We have a Cruze assembly plant <10 miles away and still pay $800 for deliveryartytime:
oh snap, that's not a good thing:angry:

My friend lives in Soso.


----------



## Skraeling (May 30, 2012)

Sigh.. would be fun to see what this could do with a mt.

Till it gets one I dont really care about the car.


----------



## obermd (Mar 3, 2012)

Page 9-70 of the manual at http://www.gm.ca/gm/english/owner_centre/chevrolet/resources/dispManualInfo (you'll need to select the make/model/year for the download) states:

*Trailer Towing (FuelEconomy Model or DieselEngine)​*The vehicle is neither designed nor​intended to tow a trailer.

Needless to say I was somewhat surprised given the extra torque and HP in the car.


----------



## Diesel Dan (May 18, 2013)

Is the Jetta TDI rated to tow?


----------



## Eugene_C (Mar 15, 2012)

ErikBEggs said:


> I think the towing capacity will be the same as a regular Cruze because I don't htink they upgraded the brakes. GM doesn't want liability..


I think they actually did upgrade the brakes somewhat for the Eco-D, but that was mostly to handle the higher curb weight of the car. 

Most American cars seem to be underrated for towing. I think that has a lot to do with liability laws here and it might be related to the longer powertrain warranties, too. I don't think they trust consumers not to be idiots, and they're often on the hook for the bill when people do stupid stuff.


----------



## Eugene_C (Mar 15, 2012)

Diesel Dan said:


> Is the Jetta TDI rated to tow?


In Europe, the Jetta TDI sportwagon is rated at 3,300 lbs @ 12% incline with a braked trailer or 1,650 lbs with a non-braked trailer. I think that's for the AT and the MT has a lower rating. The European manuals also list different weights for a 6% grade vs. a 12% grade. 

In the US, I believe it's 1,000 lbs for the MT or 1.500 lbs. for the AT, and they don't specify any difference for braked vs. non-braked trailering nor differences for grades. 

It's clear that in America they don't trust consumers with knowing how to read complicated specs for things like towing or grades or trailer brakes.


----------



## gulfcoastguy (Feb 21, 2013)

I own a 2013 Jetta sportswagen TDI manual shift.

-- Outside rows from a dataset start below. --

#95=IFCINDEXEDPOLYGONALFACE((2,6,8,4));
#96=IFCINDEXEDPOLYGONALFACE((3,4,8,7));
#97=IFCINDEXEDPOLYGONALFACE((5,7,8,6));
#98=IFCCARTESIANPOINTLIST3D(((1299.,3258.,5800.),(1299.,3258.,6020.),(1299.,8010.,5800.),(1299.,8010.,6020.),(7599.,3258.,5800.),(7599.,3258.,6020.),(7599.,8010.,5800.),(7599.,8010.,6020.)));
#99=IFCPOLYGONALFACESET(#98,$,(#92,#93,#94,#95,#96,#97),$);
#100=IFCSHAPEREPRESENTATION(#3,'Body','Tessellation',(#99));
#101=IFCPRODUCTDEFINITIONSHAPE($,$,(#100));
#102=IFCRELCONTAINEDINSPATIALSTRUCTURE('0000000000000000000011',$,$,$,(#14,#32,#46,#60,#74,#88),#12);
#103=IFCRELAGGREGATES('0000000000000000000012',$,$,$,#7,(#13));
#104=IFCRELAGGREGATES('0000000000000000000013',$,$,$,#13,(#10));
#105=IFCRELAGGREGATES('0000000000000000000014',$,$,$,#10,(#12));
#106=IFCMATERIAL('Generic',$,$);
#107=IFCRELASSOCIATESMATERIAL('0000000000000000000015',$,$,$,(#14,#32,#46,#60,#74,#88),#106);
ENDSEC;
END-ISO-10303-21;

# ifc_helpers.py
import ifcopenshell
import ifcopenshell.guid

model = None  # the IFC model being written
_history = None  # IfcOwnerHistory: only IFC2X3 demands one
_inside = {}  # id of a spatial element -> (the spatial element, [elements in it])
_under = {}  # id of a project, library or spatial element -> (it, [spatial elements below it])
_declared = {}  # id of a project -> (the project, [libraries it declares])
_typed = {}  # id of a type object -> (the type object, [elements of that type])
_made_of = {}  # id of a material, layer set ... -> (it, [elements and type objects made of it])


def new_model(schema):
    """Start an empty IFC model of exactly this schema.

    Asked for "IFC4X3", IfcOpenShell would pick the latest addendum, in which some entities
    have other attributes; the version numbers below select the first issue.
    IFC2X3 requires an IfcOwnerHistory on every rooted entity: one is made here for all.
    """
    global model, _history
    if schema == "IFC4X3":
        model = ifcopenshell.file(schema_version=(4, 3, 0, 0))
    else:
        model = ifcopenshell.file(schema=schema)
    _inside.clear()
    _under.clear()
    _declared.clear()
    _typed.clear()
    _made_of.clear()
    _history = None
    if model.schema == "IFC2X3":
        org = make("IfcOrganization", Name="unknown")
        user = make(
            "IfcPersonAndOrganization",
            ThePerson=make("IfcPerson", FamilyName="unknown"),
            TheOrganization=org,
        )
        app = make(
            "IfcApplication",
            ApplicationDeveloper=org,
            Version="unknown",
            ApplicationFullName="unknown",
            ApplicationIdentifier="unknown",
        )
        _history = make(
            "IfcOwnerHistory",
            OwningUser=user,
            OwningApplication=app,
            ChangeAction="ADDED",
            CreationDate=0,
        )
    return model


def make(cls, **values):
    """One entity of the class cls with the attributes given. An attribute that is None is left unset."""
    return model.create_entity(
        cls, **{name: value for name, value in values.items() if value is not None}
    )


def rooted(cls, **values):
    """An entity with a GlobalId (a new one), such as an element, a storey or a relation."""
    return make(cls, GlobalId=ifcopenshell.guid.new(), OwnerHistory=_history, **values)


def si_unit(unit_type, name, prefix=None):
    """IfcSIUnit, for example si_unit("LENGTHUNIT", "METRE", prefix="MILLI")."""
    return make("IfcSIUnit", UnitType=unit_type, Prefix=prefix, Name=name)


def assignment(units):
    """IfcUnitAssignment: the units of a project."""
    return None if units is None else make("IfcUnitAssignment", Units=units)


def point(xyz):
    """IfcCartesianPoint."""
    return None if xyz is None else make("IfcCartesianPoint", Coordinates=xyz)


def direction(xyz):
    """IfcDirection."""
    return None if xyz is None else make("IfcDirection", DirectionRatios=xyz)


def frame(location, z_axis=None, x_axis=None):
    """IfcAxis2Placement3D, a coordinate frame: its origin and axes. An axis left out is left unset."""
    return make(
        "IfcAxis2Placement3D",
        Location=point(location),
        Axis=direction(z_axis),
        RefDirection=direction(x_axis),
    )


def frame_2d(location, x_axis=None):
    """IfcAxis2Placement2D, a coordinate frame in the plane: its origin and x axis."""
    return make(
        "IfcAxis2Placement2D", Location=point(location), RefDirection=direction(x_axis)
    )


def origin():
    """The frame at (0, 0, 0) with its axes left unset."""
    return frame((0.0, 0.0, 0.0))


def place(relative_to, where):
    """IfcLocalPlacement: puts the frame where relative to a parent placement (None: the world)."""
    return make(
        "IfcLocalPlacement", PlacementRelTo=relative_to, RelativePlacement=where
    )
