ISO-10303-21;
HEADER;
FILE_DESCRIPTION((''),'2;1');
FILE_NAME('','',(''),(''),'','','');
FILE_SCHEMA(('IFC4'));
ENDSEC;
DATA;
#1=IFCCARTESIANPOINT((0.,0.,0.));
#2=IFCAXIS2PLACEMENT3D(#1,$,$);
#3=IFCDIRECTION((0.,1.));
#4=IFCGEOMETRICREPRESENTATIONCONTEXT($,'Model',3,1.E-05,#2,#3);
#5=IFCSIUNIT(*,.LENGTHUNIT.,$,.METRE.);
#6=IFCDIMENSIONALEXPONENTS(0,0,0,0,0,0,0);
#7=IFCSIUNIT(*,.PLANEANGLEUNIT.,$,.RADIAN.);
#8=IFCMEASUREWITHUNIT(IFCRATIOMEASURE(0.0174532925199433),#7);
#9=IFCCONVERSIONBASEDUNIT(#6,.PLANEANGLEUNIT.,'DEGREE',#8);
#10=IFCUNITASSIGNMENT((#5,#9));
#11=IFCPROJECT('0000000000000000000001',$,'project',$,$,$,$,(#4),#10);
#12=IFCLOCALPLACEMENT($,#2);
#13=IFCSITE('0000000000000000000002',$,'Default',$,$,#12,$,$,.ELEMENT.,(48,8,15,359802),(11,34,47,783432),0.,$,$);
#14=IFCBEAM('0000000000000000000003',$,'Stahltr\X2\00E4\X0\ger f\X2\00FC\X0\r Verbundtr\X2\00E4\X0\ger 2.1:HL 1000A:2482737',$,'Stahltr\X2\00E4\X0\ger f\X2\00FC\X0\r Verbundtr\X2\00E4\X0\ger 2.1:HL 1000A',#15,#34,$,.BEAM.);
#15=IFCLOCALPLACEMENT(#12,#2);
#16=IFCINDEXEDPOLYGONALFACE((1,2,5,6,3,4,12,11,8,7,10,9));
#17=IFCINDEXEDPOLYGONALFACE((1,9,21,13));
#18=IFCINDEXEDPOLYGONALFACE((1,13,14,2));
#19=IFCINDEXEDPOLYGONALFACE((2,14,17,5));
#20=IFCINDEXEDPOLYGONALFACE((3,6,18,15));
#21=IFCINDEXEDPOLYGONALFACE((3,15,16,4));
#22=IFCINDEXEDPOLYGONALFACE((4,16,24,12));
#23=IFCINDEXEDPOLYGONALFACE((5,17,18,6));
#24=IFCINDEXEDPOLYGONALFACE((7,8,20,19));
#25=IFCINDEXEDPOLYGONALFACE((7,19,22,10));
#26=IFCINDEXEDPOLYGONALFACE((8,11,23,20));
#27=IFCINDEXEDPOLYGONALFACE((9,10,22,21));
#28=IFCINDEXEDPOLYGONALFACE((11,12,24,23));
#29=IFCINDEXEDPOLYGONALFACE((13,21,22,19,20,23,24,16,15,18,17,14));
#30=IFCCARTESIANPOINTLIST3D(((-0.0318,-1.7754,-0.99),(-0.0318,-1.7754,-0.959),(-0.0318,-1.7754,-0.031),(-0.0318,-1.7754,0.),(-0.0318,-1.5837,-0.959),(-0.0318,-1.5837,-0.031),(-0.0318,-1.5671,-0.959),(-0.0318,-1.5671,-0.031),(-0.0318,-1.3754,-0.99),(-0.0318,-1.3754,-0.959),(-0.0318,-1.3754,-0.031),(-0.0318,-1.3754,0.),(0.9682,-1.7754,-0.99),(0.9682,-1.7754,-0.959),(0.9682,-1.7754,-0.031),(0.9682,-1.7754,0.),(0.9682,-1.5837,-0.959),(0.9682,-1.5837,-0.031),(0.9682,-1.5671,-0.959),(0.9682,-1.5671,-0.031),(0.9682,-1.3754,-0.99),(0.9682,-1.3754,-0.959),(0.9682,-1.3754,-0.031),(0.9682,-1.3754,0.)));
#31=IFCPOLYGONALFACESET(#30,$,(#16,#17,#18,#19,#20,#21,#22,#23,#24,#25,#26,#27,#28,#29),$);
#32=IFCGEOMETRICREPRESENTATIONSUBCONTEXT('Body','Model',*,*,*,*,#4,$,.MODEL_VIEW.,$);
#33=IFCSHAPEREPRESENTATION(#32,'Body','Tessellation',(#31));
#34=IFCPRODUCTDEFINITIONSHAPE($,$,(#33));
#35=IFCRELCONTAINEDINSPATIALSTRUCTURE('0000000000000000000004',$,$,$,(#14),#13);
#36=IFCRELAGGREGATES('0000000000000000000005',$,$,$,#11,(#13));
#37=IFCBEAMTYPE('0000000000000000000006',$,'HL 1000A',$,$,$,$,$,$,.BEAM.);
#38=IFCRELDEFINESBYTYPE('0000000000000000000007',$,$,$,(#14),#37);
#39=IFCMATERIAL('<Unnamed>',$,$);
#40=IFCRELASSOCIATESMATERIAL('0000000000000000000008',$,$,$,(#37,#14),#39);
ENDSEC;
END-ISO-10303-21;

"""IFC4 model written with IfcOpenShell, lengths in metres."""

from ifc_helpers import new_model, entity, si_unit, converted_unit, direction, frame, frame_2d, origin, place, context, subcontext, project, spatial, polyline, segment, composite_curve, i_section, outline, extrude, source, transform, mapped, material, material_profile, profile_set, profile_usage, type_object, type_shapes, element, save


model = new_model("IFC4")

# Units and contexts
model_context = context("Model", 3, precision=1e-05, world=origin(), true_north=direction((0.0, 1.0)))
body_context = subcontext(model_context, "Body", "Model", "MODEL_VIEW")
ifc_project = project(units=[si_unit("LENGTHUNIT", "METRE"), converted_unit("PLANEANGLEUNIT", "DEGREE", entity("IfcRatioMeasure", 0.0174532925199433), si_unit("PLANEANGLEUNIT", "RADIAN"), dimensions=[0, 0, 0, 0, 0, 0, 0])], contexts=[model_context])

# Site
site_placement = place(None, origin())
site = spatial("IfcSite", under=ifc_project, at=site_placement, Name="Default", CompositionType="ELEMENT", RefLatitude=(48, 8, 15, 359802), RefLongitude=(11, 34, 47, 783432), RefElevation=0.0)

# Beam
ifc_material = material(Name="<Unnamed>")
ifc_material_profile_1 = material_profile(ifc_material, outline(composite_curve([segment(polyline([(-0.2, -0.031, 0.0), (-0.2, 0.0, 0.0)]), True, "CONTINUOUS"), segment(polyline([(-0.2, 0.0, 0.0), (0.2, 0.0, 0.0)]), True, "CONTINUOUS"), segment(polyline([(0.2, 0.0, 0.0), (0.2, -0.031, 0.0)]), True, "CONTINUOUS"), segment(polyline([(0.2, -0.031, 0.0), (0.0083, -0.031, 0.0)]), True, "CONTINUOUS"), segment(polyline([(0.0083, -0.031, 0.0), (0.0083, -0.959, 0.0)]), True, "CONTINUOUS"), segment(polyline([(0.0083, -0.959, 0.0), (0.2, -0.959, 0.0)]), True, "CONTINUOUS"), segment(polyline([(0.2, -0.959, 0.0), (0.2, -0.99, 0.0)]), True, "CONTINUOUS"), segment(polyline([(0.2, -0.99, 0.0), (-0.2, -0.99, 0.0)]), True, "CONTINUOUS"), segment(polyline([(-0.2, -0.99, 0.0), (-0.2, -0.959, 0.0)]), True, "CONTINUOUS"), segment(polyline([(-0.2, -0.959, 0.0), (-0.0083, -0.959, 0.0)]), True, "CONTINUOUS"), segment(polyline([(-0.0083, -0.959, 0.0), (-0.0083, -0.031, 0.0)]), True, "CONTINUOUS"), segment(polyline([(-0.0083, -0.031, 0.0), (-0.2, -0.031, 0.0)]), True, "CONTINUOUS")], self_intersect=False), kind="CURVE"), Name="HL 1000A")
ifc_material_profile_2 = material_profile(ifc_material, outline(composite_curve([segment(polyline([(0.5, -0.2, 0.0), (0.5, -0.2, -0.031)]), True, "CONTINUOUS"), segment(polyline([(0.5, -0.2, -0.031), (0.5, -0.0083, -0.031)]), True, "CONTINUOUS"), segment(polyline([(0.5, -0.0083, -0.031), (0.5, -0.0083, -0.959)]), True, "CONTINUOUS"), segment(polyline([(0.5, -0.0083, -0.959), (0.5, -0.2, -0.959)]), True, "CONTINUOUS"), segment(polyline([(0.5, -0.2, -0.959), (0.5, -0.2, -0.99)]), True, "CONTINUOUS"), segment(polyline([(0.5, -0.2, -0.99), (0.5, 0.2, -0.99)]), True, "CONTINUOUS"), segment(polyline([(0.5, 0.2, -0.99), (0.5, 0.2, -0.959)]), True, "CONTINUOUS"), segment(polyline([(0.5, 0.2, -0.959), (0.5, 0.0083, -0.959)]), True, "CONTINUOUS"), segment(polyline([(0.5, 0.0083, -0.959), (0.5, 0.0083, -0.031)]), True, "CONTINUOUS"), segment(polyline([(0.5, 0.0083, -0.031), (0.5, 0.2, -0.031)]), True, "CONTINUOUS"), segment(polyline([(0.5, 0.2, -0.031), (0.5, 0.2, 0.0)]), True, "CONTINUOUS"), segment(polyline([(0.5, 0.2, 0.0), (0.5, -0.2, 0.0)]), True, "CONTINUOUS")], self_intersect=False), kind="CURVE"), Name="HL 1000A")
ifc_profile_set = profile_set([ifc_material_profile_1, ifc_material_profile_2], Name="HL 1000A")
ifc_profile_usage = profile_usage(ifc_profile_set, cardinal=8)
beam_type = type_object("IfcBeamType", Name="HL 1000A", PredefinedType="BEAM", material=ifc_profile_set)
shared_shape = source(origin(), body_context, "Body", "SweptSolid", [
    extrude(i_section(OverallWidth=0.4, OverallDepth=0.99, WebThickness=0.0166, FlangeThickness=0.031, at=frame_2d((0.0, 0.0), x_axis=(0.0, 1.0))), frame((-0.5, 0.0, -0.495), z_axis=(1.0, 0.0, 0.0), x_axis=(0.0, 0.0, -1.0)), (0.0, 0.0, 1.0), 1.0),
])
type_shapes(beam_type, [shared_shape])
beam_placement = place(site_placement, frame((0.4682, -1.5754, 0.0)))
element("IfcBeam", 1, at=beam_placement, inside=site, type_object=beam_type, material=ifc_profile_usage, Name="Stahlträger für Verbundträger 2.1:HL 1000A:2482737", ObjectType="Stahlträger für Verbundträger 2.1:HL 1000A", PredefinedType="BEAM", context=body_context, shape_type="MappedRepresentation", body=[
    mapped(shared_shape, transform((0.0, 0.0, 0.0), scale=1.0)),
])

save(model, "model.ifc")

According to the owners manual it is rated to tow 1000 lbs. The DSG automatic is not rated for towing. BTW a 12% grade is steeper than the allowable grade for bridges(7%) in the US.


----------



## ErikBEggs (Aug 20, 2011)

gulfcoastguy said:


> I own a 2013 Jetta sportswagen TDI manual shift. According to the owners manual it is rated to tow 1000 lbs. The DSG automatic is not rated for towing. BTW a 12% grade is steeper than the allowable grade for bridges(7%) in the US.


Agreed. You won't find interstates steeper than 6% either. The few that are for certain stretches are signed in advance. (i.e. "Trucks use low gear")


----------



## Eugene_C (Mar 15, 2012)

ErikBEggs said:


> Agreed. You won't find interstates steeper than 6% either. The few that are for certain stretches are signed in advance. (i.e. "Trucks use low gear")

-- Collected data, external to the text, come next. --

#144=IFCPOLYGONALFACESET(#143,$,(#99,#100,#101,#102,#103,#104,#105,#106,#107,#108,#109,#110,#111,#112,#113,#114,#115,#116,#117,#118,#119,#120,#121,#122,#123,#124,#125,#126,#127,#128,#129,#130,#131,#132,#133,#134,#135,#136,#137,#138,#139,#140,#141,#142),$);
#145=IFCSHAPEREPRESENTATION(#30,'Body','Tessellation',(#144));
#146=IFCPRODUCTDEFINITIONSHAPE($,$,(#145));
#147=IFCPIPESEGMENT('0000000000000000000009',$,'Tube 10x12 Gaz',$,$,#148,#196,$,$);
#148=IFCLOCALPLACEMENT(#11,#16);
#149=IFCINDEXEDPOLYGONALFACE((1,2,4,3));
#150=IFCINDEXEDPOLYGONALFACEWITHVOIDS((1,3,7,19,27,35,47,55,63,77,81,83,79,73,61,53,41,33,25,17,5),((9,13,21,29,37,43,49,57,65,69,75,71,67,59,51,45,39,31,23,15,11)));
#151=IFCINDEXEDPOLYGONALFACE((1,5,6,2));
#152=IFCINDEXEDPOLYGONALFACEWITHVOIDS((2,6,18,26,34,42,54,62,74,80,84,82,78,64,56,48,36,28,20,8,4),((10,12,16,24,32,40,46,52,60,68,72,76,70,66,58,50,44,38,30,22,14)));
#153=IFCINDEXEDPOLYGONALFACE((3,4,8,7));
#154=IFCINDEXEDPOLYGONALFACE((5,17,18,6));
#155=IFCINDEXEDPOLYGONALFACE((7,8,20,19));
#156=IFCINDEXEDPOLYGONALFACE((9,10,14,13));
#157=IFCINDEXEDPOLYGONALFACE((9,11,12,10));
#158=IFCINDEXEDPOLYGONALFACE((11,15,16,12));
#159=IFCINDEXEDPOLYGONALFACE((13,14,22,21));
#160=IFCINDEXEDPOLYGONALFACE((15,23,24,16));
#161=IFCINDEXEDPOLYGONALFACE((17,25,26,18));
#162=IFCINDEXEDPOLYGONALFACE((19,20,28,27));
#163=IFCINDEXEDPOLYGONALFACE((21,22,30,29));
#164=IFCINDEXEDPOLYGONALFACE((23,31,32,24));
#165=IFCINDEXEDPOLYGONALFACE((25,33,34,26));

Correction, they show 8% and 12% ratings in the European manuals. Must be some steep grades in the alps. /shrug. 

You will encounter some steep hills off the interstates, especially when you're looking for a camping spot.


----------



## 70AARCUDA (Nov 14, 2010)

ErikBEggs said:


> I think the towing capacity will be the same as a regular Cruze because I don't htink they upgraded the brakes. GM doesn't want liability..

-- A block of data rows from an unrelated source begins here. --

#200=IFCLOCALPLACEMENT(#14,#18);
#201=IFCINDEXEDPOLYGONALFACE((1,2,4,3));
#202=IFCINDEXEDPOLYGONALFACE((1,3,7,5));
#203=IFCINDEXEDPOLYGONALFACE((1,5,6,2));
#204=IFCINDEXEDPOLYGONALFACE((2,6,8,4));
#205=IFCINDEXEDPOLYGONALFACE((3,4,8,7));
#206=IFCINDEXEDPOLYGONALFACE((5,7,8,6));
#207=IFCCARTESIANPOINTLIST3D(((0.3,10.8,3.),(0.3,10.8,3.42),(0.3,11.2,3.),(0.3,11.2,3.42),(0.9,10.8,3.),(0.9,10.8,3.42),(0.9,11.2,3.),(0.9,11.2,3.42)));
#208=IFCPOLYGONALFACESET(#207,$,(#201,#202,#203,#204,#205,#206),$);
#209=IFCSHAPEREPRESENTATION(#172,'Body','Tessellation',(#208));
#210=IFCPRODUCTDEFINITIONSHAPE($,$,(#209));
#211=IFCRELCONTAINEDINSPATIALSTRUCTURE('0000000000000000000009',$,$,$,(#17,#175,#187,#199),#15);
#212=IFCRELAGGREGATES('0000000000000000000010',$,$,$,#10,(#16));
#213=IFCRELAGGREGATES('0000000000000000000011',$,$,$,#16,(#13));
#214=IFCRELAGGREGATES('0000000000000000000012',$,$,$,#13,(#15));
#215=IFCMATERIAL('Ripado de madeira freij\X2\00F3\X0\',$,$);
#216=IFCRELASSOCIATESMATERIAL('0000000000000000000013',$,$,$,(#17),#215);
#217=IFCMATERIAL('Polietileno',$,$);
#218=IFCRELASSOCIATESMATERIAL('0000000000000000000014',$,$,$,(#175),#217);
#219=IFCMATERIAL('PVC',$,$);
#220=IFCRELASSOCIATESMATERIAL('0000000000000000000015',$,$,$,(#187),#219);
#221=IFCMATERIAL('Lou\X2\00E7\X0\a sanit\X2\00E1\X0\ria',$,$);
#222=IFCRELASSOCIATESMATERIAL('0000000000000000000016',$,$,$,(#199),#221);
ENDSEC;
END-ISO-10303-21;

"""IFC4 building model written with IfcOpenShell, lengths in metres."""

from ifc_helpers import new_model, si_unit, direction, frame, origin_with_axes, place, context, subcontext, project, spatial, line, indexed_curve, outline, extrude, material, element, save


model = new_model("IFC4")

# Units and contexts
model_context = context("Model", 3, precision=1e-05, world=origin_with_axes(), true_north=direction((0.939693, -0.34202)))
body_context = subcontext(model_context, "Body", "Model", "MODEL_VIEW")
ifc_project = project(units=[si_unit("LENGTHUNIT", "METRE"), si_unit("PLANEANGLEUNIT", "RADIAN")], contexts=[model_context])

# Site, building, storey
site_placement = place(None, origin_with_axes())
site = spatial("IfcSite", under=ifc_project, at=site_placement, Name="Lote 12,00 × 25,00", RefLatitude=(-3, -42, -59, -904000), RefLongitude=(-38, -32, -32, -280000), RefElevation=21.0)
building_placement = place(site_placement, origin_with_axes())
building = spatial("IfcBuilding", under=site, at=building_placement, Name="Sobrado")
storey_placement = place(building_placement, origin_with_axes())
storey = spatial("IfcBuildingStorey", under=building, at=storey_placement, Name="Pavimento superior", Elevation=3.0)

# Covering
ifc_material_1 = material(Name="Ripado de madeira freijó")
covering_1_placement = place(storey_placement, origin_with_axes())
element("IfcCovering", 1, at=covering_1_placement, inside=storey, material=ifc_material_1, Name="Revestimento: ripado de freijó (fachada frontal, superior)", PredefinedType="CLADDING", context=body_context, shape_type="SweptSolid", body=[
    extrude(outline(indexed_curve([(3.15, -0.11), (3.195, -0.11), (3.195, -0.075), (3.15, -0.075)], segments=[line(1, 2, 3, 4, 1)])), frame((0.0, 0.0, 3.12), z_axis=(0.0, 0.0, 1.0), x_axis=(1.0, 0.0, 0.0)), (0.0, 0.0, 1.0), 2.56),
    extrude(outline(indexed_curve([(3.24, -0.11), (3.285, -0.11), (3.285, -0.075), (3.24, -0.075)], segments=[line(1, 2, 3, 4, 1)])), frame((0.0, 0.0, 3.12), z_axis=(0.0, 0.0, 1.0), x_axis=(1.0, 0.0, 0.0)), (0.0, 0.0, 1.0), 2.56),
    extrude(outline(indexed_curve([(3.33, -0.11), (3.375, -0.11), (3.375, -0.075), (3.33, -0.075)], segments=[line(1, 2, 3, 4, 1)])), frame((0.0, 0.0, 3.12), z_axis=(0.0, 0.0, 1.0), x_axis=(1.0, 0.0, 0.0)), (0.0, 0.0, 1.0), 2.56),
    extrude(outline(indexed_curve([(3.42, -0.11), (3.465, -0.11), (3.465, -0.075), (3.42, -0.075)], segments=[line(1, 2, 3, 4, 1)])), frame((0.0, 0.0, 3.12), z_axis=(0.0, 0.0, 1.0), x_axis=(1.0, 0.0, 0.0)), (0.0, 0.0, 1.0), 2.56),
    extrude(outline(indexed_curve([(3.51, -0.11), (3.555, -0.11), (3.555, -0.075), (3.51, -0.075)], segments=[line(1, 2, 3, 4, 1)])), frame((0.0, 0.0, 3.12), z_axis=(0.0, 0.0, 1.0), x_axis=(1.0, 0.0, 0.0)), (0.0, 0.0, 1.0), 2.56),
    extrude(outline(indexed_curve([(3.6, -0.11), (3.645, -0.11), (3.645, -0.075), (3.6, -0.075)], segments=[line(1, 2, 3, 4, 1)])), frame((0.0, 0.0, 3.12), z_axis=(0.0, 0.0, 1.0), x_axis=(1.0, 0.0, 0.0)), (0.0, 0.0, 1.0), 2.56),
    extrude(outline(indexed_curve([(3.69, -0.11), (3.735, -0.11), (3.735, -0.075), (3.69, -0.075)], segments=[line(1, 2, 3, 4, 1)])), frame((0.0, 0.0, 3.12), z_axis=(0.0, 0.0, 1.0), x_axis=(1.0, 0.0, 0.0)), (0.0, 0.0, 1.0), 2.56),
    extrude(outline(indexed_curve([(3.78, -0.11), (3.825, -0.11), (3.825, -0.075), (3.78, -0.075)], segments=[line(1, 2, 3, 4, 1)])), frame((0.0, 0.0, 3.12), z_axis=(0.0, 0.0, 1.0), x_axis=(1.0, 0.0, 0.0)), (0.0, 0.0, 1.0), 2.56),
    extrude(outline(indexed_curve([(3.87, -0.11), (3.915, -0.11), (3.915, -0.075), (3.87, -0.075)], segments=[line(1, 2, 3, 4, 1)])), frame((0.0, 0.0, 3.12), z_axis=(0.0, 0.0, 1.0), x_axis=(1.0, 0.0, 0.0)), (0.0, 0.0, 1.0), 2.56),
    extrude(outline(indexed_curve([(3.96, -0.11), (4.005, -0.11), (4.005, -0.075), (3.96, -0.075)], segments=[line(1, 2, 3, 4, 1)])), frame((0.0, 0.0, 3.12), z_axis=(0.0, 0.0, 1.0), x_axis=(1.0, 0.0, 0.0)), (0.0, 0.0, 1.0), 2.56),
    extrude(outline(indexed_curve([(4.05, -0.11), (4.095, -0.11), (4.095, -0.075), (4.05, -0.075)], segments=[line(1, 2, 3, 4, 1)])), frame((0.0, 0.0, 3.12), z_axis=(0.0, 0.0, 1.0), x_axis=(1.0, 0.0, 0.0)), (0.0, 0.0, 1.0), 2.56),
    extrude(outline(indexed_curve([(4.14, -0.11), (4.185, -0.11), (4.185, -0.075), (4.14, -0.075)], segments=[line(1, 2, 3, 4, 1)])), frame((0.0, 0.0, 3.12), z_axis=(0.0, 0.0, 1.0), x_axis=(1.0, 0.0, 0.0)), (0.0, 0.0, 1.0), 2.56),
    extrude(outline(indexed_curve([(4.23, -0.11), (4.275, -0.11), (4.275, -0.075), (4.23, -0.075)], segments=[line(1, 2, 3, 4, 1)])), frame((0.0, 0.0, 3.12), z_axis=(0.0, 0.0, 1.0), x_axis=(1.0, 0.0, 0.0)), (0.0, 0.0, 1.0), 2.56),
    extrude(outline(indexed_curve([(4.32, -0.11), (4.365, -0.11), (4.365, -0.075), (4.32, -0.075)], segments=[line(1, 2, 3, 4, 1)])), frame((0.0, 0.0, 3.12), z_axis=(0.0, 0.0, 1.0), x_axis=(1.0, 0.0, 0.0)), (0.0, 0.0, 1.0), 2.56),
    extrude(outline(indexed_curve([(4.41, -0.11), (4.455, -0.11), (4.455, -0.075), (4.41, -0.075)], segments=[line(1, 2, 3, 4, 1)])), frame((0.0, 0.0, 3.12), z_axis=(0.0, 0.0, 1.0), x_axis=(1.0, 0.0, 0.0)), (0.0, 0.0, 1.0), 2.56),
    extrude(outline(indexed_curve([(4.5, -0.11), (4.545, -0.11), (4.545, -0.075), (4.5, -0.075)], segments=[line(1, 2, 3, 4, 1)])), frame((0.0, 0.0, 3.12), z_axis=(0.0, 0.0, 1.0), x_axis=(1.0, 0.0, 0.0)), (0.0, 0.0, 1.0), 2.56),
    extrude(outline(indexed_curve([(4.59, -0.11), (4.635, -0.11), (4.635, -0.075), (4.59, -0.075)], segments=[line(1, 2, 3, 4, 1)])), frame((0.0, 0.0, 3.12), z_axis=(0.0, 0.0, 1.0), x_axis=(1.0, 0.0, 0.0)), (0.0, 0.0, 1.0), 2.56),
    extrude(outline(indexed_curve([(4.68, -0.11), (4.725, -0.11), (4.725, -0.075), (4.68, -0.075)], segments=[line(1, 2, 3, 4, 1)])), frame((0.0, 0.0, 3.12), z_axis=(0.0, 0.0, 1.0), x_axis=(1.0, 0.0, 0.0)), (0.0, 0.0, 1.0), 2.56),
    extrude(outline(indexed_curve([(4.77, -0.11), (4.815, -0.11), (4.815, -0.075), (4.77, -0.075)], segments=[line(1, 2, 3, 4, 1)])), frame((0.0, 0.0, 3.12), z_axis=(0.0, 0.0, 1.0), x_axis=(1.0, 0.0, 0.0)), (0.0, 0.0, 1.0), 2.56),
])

The 2014 Diesel Cruse HAS larger front & rear disc brakes than normal 4-wheel disc Cruzes.


----------



## spacedout (Dec 7, 2010)

ErikBEggs said:


> Agreed. You won't find interstates steeper than 6% either. The few that are for certain stretches are signed in advance. (i.e. "Trucks use low gear")


Lots of state roads around here with 9-14% grades. Can't believe I can still get decent MPG driving in this crap, the diesel torque would be great where I live.


----------



## gulfcoastguy (Feb 21, 2013)

Diesel Dan said:


> We have a Cruze assembly plant <10 miles away and still pay $800 for deliveryartytime:
> oh snap, that's not a good thing:angry:
> 
> My friend lives in Soso.


Yep that was allways a joke of mine "how do you like your town? Eh? It's Soso." Actually try listening to nonlocals try to pronounce Gautier where I bought fuel. Here the local version "go Cha"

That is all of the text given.